Ramona's Tsiblach Kichel (Greeninger Reunion)

“My cousin sent me this recipe for my family cookbook but it's a different version from the Onion Kichel I have received from other cousins so I am posting it here separately as an alternative recipe.”
1hr 20mins
1 batcj

Ingredients Nutrition


  1. Preheat oven to 325.
  2. This is a labor intensive project so you can grate the onions the night before. Mix the onions eggs, oil, salt and pepper together in a bowl by hand.
  3. Mix 5 cups of the flour and baking powder and mound it on a marble slab baking counter (or table). Keep the extra cup nearby, you will need it when you knead the dough. Create a well in the center and mix in the onion mixture. Knead the dough until smooth, adding flour as needed to keep it from being too sticky.
  4. Let the dough "rest" for about 30 minutes. It will be easier to roll out. It is a large piece of dough so roll 1/2 at a time on a floured surface.
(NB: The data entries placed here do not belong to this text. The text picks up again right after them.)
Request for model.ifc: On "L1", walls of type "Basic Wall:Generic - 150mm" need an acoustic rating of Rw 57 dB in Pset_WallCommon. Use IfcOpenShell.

First a look at what the model holds.

```python
import ifcopenshell
import ifcopenshell.util.element

model = ifcopenshell.open("model.ifc")
print(model.schema)
storey = next(s for s in model.by_type("IfcBuildingStorey") if s.Name == "L1")
walls = [e for e in ifcopenshell.util.element.get_decomposition(storey) if e.is_a("IfcWall")]
seen = {}
for e in walls:
    element_type = ifcopenshell.util.element.get_type(e)
    key = (element_type.Name if element_type != e and element_type else None, ifcopenshell.util.element.get_pset(e, "Pset_WallCommon", "AcousticRating"))
    seen[key] = seen.get(key, 0) + 1
for (name, value), count in sorted(seen.items(), key=str):
    print(count, "x", name, "|", value)
```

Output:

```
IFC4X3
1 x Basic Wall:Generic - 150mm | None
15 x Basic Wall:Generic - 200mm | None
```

```python
import ifcopenshell
import ifcopenshell.api.pset
import ifcopenshell.util.element

model = ifcopenshell.open("model.ifc")

storey = next(s for s in model.by_type("IfcBuildingStorey") if s.Name == "L1")
walls = [e for e in ifcopenshell.util.element.get_decomposition(storey) if e.is_a("IfcWall")]

count = 0
for e in walls:
    element_type = ifcopenshell.util.element.get_type(e)
    if element_type in (None, e) or element_type.Name != "Basic Wall:Generic - 150mm":
        continue
    # add_pset returns the element's existing set when there is one.
    pset = ifcopenshell.api.pset.add_pset(model, product=e, name="Pset_WallCommon")
    ifcopenshell.api.pset.edit_pset(model, pset=pset, properties={"AcousticRating": "Rw 57 dB"})
    count += 1

print(count, "walls updated")

model.write("model_v2.ifc")
```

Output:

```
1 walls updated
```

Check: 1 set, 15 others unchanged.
Roll it about 1/4 inch thick.
  5. Use a glass to cut out the "cookies", place them on a baking sheet (ungreased), and pierce them 5-6 times with a fork.
  6. Every oven is different so keep your eye on them. They should take about 20 minutes. The tsiblachs should be golden brown. The taste gets better after a while and they store very well.
  7. When I first started baking them I did a test batch to taste for pepper. Just remember they will taste more peppery after they have cooled.